For the defence of Berlin – connected with the Army Groups Weichsel and Mitte – were altogether 48 infantry, 4 Panzer and 10 motorised divisions, as well as a large number of independent brigades, regiments and various reinforcement elements. Altogether defending the approaches to Berlin and the capital were about 1,000,000 men with some 10,000 guns and mortars, 1,500 tanks and self-propelled guns and 2,200 aircraft. The last battles would be severe.

Our troops facing Berlin had over 6,200 tanks and self-propelled guns, over 42,000 guns and mortars with calibres of 76 millimetres and over, and also more than 2.5 million men. 270 guns per kilometre were concentrated on the main line of attack.

A war game on maps and a model of Berlin made it clear to us that the terrain with its partly swampy rivers, brooks, canals and lakes would not only tie down the attacking troops but would wear them out.

There was yet another difficulty for the tank troops, for behind the swampy Oder depression rose the Seelow Heights, as well as a deeply cut railway line running from north to south, yet another serious obstacle.

The enemy had made this area suitable for the coming fighting with great expenditure on numerous concrete pillboxes or earth and wooden bunkers. The whole area and the city itself formed a thorough defensive zone. The enemy’s first defensive positions lay between the Oder and the Seelow Heights, against which we would have to attack the Seelow Heights with our main forces.

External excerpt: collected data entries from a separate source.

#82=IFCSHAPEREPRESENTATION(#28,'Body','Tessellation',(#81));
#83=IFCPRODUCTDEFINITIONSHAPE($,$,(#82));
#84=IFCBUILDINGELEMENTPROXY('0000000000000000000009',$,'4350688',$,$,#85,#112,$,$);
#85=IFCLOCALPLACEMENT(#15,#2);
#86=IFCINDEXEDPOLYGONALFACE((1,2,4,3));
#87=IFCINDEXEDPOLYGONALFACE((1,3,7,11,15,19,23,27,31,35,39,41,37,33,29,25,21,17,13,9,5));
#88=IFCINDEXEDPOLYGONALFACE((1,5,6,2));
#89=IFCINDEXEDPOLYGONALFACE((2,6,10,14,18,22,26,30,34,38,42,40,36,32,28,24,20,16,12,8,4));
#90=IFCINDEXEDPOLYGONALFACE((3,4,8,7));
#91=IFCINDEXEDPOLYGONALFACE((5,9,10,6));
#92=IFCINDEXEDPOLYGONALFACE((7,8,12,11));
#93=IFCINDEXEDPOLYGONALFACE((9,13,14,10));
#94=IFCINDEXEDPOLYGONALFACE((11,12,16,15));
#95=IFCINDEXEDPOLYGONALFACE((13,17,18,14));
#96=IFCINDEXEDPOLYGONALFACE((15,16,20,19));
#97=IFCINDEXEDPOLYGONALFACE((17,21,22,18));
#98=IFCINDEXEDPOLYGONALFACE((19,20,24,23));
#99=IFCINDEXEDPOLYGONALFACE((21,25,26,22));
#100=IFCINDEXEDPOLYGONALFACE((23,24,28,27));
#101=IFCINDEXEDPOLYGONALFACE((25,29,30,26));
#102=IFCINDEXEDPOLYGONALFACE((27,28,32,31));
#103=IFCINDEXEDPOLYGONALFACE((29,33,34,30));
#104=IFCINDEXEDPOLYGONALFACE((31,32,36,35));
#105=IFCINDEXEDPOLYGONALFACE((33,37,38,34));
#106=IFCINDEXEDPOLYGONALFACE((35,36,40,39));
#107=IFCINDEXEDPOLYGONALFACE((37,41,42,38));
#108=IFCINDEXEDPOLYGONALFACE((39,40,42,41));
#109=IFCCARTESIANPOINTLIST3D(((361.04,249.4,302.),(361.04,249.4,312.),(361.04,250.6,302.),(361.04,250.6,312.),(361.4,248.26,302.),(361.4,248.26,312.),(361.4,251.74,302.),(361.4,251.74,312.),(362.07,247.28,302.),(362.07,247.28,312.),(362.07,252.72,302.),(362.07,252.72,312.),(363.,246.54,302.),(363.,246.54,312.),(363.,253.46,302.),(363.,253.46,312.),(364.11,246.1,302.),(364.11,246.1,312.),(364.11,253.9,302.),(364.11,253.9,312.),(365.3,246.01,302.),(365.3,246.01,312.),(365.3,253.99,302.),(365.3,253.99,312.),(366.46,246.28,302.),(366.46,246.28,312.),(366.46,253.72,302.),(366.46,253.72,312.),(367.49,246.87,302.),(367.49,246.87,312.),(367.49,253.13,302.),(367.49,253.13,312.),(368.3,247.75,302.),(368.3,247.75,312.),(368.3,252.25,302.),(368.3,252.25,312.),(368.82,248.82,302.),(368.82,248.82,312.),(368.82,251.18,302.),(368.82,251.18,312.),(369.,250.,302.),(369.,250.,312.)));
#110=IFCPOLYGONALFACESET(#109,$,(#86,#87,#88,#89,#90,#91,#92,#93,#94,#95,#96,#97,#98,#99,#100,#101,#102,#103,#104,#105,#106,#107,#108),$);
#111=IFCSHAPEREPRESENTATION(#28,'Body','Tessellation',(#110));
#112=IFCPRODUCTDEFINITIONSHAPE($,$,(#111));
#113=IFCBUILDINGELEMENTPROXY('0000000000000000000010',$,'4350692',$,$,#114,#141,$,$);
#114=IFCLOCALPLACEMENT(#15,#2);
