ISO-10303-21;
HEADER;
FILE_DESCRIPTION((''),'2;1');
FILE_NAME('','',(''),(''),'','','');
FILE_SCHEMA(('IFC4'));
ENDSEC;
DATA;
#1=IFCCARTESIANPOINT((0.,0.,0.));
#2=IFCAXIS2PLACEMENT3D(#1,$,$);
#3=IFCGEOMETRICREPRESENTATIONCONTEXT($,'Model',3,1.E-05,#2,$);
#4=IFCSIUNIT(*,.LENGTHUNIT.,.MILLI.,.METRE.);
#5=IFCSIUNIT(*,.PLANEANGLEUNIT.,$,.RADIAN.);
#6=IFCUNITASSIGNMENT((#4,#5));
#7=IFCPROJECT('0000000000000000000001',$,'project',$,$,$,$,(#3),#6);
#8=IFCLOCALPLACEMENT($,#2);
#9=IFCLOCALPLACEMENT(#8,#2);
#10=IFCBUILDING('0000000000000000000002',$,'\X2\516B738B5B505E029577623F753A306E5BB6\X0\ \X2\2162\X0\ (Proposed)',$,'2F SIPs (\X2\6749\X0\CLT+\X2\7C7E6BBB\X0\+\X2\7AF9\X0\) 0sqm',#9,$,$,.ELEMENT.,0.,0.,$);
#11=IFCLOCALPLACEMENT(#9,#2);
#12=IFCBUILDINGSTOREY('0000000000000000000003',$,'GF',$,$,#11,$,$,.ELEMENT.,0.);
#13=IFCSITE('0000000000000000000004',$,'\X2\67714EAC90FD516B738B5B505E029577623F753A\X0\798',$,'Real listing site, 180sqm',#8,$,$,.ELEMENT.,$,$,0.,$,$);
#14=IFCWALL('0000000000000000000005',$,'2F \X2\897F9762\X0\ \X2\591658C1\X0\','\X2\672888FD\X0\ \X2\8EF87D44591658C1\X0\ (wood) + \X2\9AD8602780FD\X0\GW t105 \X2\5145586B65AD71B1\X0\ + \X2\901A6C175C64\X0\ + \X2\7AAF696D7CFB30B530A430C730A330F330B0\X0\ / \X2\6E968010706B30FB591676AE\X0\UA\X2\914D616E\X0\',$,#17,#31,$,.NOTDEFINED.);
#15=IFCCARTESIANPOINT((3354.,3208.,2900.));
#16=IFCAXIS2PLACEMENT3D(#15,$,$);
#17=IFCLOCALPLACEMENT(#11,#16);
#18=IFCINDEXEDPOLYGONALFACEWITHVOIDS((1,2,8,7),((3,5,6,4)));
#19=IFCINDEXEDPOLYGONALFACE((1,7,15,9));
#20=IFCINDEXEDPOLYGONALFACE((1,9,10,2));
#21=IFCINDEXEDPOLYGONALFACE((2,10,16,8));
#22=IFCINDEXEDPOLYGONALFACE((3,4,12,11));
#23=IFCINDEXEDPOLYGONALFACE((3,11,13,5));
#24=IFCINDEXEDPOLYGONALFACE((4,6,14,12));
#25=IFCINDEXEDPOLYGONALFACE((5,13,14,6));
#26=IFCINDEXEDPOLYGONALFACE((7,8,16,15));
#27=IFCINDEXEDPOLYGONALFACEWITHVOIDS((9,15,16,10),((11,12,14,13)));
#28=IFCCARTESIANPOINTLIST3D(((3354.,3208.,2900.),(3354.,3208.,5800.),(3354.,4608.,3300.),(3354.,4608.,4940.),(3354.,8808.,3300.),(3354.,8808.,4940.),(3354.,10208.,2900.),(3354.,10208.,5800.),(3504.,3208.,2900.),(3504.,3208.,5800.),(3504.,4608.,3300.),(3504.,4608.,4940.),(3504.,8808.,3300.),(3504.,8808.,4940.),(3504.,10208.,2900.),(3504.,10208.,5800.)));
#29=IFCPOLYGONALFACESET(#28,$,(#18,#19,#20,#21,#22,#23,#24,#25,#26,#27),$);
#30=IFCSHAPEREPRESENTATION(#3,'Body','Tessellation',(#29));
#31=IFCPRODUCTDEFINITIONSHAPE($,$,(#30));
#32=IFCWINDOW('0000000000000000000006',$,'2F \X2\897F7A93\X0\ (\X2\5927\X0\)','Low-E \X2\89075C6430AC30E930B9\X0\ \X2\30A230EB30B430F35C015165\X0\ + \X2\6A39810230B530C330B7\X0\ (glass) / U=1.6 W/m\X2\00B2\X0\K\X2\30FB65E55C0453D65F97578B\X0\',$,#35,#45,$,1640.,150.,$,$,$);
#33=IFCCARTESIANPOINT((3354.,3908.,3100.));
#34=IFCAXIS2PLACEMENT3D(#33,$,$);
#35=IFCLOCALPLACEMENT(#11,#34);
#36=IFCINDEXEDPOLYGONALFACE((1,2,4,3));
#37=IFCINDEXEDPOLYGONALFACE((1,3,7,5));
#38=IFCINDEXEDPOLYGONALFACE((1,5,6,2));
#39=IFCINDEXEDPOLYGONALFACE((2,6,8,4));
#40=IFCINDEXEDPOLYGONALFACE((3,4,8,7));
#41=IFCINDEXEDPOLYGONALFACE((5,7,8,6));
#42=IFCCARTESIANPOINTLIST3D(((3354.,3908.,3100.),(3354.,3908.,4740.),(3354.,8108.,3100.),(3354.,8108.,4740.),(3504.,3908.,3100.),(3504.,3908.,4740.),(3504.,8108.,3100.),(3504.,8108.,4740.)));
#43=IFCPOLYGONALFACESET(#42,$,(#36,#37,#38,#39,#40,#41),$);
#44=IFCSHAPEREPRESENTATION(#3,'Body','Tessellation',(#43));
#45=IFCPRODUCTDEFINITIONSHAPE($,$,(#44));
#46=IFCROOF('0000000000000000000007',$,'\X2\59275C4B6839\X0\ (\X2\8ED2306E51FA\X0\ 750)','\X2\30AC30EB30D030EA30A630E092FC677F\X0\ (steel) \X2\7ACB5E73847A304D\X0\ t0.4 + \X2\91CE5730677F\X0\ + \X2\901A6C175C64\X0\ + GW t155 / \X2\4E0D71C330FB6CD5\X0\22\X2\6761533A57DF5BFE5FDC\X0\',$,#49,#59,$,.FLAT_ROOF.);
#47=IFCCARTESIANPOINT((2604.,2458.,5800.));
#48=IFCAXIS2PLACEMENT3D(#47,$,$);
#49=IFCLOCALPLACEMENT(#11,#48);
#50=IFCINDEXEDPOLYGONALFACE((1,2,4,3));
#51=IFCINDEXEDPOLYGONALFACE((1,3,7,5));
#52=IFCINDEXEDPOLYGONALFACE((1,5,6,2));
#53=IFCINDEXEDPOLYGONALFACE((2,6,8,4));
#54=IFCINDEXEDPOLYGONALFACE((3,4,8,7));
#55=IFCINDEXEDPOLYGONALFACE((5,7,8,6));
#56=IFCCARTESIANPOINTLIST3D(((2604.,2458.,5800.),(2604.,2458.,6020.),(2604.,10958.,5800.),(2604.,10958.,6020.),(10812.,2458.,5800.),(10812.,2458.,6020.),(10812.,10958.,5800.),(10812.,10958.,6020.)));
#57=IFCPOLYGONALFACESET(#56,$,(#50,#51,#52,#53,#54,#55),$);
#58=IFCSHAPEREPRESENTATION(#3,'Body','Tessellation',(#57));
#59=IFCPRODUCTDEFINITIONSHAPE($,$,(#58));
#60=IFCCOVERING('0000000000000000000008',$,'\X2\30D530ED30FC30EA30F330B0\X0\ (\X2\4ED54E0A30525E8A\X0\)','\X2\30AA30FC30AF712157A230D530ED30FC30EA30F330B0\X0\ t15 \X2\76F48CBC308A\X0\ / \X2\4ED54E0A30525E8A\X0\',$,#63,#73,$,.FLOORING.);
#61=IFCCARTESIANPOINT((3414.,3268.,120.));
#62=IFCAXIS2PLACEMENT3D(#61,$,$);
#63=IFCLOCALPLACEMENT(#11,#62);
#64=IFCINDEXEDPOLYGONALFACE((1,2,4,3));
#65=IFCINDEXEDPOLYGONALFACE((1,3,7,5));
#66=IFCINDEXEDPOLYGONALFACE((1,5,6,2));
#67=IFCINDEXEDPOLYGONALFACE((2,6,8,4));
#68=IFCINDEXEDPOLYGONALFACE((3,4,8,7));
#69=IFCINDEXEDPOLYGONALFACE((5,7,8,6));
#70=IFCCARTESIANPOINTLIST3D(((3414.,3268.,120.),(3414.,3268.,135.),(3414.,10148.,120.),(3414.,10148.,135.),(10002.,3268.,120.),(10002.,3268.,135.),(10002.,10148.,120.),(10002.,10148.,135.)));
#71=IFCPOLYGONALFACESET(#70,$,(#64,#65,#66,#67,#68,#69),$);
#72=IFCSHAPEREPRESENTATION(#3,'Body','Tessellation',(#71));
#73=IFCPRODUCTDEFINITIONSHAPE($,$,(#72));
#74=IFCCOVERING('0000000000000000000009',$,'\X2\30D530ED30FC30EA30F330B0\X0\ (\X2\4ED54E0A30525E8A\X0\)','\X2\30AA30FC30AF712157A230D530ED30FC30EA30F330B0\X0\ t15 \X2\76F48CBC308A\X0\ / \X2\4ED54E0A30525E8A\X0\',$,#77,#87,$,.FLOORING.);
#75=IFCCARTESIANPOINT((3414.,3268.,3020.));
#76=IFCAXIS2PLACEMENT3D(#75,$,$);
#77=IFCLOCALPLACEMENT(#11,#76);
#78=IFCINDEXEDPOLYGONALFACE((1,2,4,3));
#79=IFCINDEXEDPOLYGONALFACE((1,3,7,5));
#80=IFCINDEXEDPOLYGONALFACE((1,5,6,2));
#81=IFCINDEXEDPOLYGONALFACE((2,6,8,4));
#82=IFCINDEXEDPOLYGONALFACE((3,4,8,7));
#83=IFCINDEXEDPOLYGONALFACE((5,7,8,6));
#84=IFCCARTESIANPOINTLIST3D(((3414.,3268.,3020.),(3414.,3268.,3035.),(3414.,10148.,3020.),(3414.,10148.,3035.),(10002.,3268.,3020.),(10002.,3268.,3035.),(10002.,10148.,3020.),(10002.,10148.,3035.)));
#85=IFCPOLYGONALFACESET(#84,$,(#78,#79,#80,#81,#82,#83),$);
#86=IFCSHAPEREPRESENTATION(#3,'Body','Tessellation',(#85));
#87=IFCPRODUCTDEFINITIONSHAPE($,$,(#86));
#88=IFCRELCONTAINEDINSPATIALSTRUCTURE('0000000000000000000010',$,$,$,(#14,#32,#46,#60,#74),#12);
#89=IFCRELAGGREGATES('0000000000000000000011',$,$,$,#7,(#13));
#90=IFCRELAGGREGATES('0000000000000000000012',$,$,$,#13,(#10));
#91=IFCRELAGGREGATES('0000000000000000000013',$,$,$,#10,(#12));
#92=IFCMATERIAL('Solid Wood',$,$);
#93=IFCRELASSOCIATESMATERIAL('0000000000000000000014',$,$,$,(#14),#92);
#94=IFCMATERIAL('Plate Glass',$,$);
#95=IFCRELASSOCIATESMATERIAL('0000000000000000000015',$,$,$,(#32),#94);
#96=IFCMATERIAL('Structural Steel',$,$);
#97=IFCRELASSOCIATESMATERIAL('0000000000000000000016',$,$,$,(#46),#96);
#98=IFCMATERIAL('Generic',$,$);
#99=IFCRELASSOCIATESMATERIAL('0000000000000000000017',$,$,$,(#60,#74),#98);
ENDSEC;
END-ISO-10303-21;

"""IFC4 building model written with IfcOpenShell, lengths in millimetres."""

from ifc_helpers import new_model, si_unit, frame, frame_2d, origin, place, context, project, spatial, rectangle, extrude, material, element, fill, save


model = new_model("IFC4")

# Units and contexts
model_context = context("Model", 3, precision=1e-05, world=origin())
ifc_project = project(units=[si_unit("LENGTHUNIT", "METRE", prefix="MILLI"), si_unit("PLANEANGLEUNIT", "RADIAN")], contexts=[model_context])

# Site, building, storey
site_placement = place(None, origin())
site = spatial("IfcSite", under=ifc_project, at=site_placement, Name="東京都八王子市長房町798", ObjectType="Real listing site, 180sqm", CompositionType="ELEMENT", RefElevation=0.0)
building_placement = place(site_placement, origin())
building = spatial("IfcBuilding", under=site, at=building_placement, Name="八王子市長房町の家 Ⅲ (Proposed)", ObjectType="2F SIPs (杉CLT+籾殻+竹) 0sqm", CompositionType="ELEMENT", ElevationOfRefHeight=0.0, ElevationOfTerrain=0.0)
storey_placement = place(building_placement, origin())
storey = spatial("IfcBuildingStorey", under=building, at=storey_placement, Name="GF", CompositionType="ELEMENT", Elevation=0.0)

# Shared definitions
ifc_material_1 = material(Name="Solid Wood")

# Shared definitions
ifc_material_2 = material(Name="Plate Glass")

# Wall, opening, window
wall_1_placement = place(storey_placement, frame((3354.0, 3208.0, 2900.0)))
wall_1 = element("IfcWall", 1, at=wall_1_placement, inside=storey, material=ifc_material_1, Name="2F 西面 外壁", Description="木製 軸組外壁 (wood) + 高性能GW t105 充填断熱 + 通気層 + 窯業系サイディング / 準耐火・外皮UA配慮", PredefinedType="NOTDEFINED", context=model_context, shape_type="SweptSolid", body=[
    extrude(rectangle(XDim=150.0, YDim=7000.0, at=frame_2d((75.0, 3500.0))), frame((3354.0, 3208.0, 2900.0)), (0.0, 0.0, 1.0), 2900.0),
])
opening_1_placement = place(storey_placement, frame((3354.0, 3908.0, 3100.0)))
opening_1 = element("IfcOpeningElement", 2, at=opening_1_placement, cuts=wall_1, PredefinedType="NOTDEFINED", context=model_context, shape_type="SweptSolid", body=[
    extrude(rectangle(XDim=150.0, YDim=4200.0, at=frame_2d((75.0, 2100.0))), frame((3354.0, 3908.0, 3100.0)), (0.0, 0.0, 1.0), 1640.0),
])
window_1_placement = place(storey_placement, frame((3354.0, 3908.0, 3100.0)))
window_1 = element("IfcWindow", 3, at=window_1_placement, inside=storey, material=ifc_material_2, Name="2F 西窓 (大)", Description="Low-E 複層ガラス アルゴン封入 + 樹脂サッシ (glass) / U=1.6 W/m²K・日射取得型", OverallHeight=1640.0, OverallWidth=150.0, context=model_context, shape_type="SweptSolid", body=[
    extrude(rectangle(XDim=150.0, YDim=4200.0, at=frame_2d((75.0, 2100.0))), frame((3354.0, 3908.0, 3100.0)), (0.0, 0.0, 1.0), 1640.0),
])
fill(opening_1, window_1)

# Roof
ifc_material_3 = material(Name="Structural Steel")
roof_placement = place(storey_placement, frame((2604.0, 2458.0, 5800.0)))
element("IfcRoof", 4, at=roof_placement, inside=storey, material=ifc_material_3, Name="大屋根 (軒の出 750)", Description="ガルバリウム鋼板 (steel) 立平葺き t0.4 + 野地板 + 通気層 + GW t155 / 不燃・法22条区域対応", PredefinedType="FLAT_ROOF", context=model_context, shape_type="SweptSolid", body=[
    extrude(rectangle(XDim=8208.0, YDim=8500.0, at=frame_2d((4104.0, 4250.0))), frame((2604.0, 2458.0, 5800.0)), (0.0, 0.0, 1.0), 220.0),
])

# Coverings
ifc_material_4 = material(Name="Generic")
covering_1_placement = place(storey_placement, frame((3414.0, 3268.0, 120.0)))
element("IfcCovering", 5, at=covering_1_placement, inside=storey, material=ifc_material_4, Name="フローリング (仕上げ床)", Description="オーク無垢フローリング t15 直貼り / 仕上げ床", PredefinedType="FLOORING", context=model_context, shape_type="SweptSolid", body=[
    extrude(rectangle(XDim=6588.0, YDim=6880.0, at=frame_2d((3294.0, 3440.0))), frame((3414.0, 3268.0, 120.0)), (0.0, 0.0, 1.0), 15.0),
])
covering_2_placement = place(storey_placement, frame((3414.0, 3268.0, 3020.0)))
element("IfcCovering", 6, at=covering_2_placement, inside=storey, material=ifc_material_4, Name="フローリング (仕上げ床)", Description="オーク無垢フローリング t15 直貼り / 仕上げ床", PredefinedType="FLOORING", context=model_context, shape_type="SweptSolid", body=[
    extrude(rectangle(XDim=6588.0, YDim=6880.0, at=frame_2d((3294.0, 3440.0))), frame((3414.0, 3268.0, 3020.0)), (0.0, 0.0, 1.0), 15.0),
])

save(model, "model.ifc")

A glimpse at the model and the maps showed that in this terrain the variants of a deep breakthrough like those between the Vistula and the Oder could not be repeated. The conditions for a wide tank manoeuvre were lacking. We could only advance step by step to break through the enemy defences with desperate fighting. But the victories our troops had had in previous battles had given us much confidence. No one doubted that we would sweep aside all the fortifications on the way to Berlin.

At the conference that followed the war game Marshal Zhukov decorated me with my second star of ‘Hero of the Soviet Union’ for my participation in the Vistula–Oder Operation. At the Front Headquarters I discovered that Gussakovski had also become a ‘Hero of the Soviet Union’ for the second time. Colonel Semliakov and Lieutenant-Colonel Mussatov were awarded the same title for the first time for undertaking the thrust on Gotenhafen with their troops, thus ensuring the success of the 2nd Byelorussian Front’s operation.

In accordance with a directive of the Front’s Council of War of the 12th April we had to advance to the Küstrin bridgehead on the far side of the Oder and prepare ourselves for insertion into a breach made by Colonel-General Chuikov’s 8th Guards Army. North of us Bogdanov’s 2nd Guards Tank Army would attack in the area Kalenzig–Küstrin. The 5th Shock Army had first to break through the defences for them.

The Front Headquarters’ plan foresaw us using the breakthrough as soon as the 8th Guards Army reached the line Seelow–Dolgelin–Alt Mahlisch, developing the attack in a westerly direction and reaching the eastern suburbs of Berlin on the second day of the operation. Further, a thrust by the army to the southwest was planned to go round the German capital from the south and take its southern and south-westerly suburbs.

The total depth of the Front’s operation was about 160 kilometres; for the 1st and 2nd Guards Tank Armies at most 80 to 90 kilometres each, with the taking of the southern and south-westerly suburbs their goal. The average speed of advance should be 35 to 37 kilometres a day.

According to the Front directive, the main task of the tank armies was clearly the battle for Berlin. With it the possibility of manoeuvre, especially for our army, was limited from the start. From our previous experience all attempts to use tanks in operational depth in built-up areas, particularly large ones, were a lost cause.